* [What this task involves] Could you find each line of the data below that contains the word "IFCCARTESIANPOINT" and copy those lines?

Records provided below:

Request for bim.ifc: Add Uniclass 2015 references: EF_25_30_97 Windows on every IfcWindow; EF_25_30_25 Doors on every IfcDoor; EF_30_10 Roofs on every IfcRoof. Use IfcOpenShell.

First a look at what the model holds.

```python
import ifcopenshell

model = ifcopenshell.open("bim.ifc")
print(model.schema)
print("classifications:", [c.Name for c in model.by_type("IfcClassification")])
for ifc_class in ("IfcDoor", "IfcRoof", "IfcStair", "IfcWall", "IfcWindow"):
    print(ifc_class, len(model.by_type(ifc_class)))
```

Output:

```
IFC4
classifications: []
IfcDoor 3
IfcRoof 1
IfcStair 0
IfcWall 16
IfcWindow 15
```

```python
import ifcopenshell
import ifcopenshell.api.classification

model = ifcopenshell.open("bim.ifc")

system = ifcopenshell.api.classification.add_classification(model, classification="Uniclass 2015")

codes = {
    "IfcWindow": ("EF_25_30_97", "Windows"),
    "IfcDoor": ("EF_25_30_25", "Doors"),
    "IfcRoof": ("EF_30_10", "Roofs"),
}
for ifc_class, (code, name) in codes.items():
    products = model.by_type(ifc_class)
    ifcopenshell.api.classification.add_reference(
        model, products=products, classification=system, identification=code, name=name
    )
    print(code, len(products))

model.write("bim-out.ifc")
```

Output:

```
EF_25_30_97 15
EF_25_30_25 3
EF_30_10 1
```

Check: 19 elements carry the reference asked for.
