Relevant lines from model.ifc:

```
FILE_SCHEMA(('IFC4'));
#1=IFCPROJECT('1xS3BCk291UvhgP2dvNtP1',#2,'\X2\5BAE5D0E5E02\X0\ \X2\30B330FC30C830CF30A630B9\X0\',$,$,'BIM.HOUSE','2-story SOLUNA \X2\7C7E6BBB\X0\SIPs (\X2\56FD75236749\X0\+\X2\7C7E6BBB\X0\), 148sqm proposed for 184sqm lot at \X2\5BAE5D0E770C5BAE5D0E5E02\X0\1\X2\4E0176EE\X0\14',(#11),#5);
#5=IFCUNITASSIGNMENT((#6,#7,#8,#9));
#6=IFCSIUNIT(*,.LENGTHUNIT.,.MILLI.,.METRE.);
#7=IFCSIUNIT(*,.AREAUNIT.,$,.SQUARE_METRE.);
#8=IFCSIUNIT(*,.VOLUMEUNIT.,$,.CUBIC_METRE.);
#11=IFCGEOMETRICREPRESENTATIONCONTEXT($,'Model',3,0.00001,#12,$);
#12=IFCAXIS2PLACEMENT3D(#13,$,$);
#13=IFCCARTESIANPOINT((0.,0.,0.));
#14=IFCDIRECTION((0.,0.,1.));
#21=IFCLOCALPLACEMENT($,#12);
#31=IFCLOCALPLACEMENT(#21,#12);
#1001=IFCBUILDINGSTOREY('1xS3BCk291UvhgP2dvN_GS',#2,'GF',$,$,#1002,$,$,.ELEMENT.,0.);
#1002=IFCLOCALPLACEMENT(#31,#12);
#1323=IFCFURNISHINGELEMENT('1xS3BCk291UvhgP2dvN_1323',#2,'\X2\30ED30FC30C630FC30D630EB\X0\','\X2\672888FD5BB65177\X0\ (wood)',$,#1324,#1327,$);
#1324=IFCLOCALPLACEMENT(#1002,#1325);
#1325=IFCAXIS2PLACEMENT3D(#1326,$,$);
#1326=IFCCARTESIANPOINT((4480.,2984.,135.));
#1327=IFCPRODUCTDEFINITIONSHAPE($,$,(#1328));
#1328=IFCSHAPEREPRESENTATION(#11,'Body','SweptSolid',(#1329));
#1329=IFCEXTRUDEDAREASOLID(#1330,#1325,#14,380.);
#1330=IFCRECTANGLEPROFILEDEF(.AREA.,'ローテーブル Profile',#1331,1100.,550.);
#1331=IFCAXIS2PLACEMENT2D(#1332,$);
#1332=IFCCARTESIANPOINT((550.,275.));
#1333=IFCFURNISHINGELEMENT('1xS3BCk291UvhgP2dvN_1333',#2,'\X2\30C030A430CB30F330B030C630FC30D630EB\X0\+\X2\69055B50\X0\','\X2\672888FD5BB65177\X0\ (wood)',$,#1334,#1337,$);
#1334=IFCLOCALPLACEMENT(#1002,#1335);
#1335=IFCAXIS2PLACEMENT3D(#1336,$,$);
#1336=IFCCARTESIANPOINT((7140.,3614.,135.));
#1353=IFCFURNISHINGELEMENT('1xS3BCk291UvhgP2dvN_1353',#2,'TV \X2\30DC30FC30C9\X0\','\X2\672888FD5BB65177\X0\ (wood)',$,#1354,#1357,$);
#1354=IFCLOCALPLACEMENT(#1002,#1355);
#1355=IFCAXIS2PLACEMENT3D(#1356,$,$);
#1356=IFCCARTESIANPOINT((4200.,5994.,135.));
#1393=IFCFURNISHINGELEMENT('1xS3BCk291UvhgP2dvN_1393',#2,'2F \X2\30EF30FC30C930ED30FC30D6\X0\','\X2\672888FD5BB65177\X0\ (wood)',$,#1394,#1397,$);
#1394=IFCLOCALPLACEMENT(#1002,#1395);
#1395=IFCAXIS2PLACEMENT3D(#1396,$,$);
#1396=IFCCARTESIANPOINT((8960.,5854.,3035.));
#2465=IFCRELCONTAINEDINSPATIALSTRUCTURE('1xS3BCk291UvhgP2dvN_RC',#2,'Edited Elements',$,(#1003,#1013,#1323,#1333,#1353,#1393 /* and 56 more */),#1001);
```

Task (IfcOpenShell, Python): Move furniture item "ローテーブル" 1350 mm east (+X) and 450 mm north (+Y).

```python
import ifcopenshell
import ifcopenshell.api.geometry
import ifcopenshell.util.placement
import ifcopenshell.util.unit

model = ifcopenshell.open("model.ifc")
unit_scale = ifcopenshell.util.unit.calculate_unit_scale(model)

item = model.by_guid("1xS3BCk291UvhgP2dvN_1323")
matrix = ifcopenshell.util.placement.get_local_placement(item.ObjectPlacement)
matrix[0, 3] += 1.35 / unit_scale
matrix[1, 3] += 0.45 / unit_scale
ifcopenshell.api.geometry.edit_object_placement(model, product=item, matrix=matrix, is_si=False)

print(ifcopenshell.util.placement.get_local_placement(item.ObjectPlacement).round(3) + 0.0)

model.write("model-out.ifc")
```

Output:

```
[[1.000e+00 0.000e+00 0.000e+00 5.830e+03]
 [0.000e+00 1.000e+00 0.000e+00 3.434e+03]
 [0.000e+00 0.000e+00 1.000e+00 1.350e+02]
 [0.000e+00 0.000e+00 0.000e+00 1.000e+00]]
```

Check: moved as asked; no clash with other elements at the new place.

End of Records provided.

* [Task result]
#13=IFCCARTESIANPOINT((0.,0.,0.));
#1326=IFCCARTESIANPOINT((4480.,2984.,135.));
#1332=IFCCARTESIANPOINT((550.,275.));
#1336=IFCCARTESIANPOINT((7140.,3614.,135.));
#1356=IFCCARTESIANPOINT((4200.,5994.,135.));
#1396=IFCCARTESIANPOINT((8960.,5854.,3035.));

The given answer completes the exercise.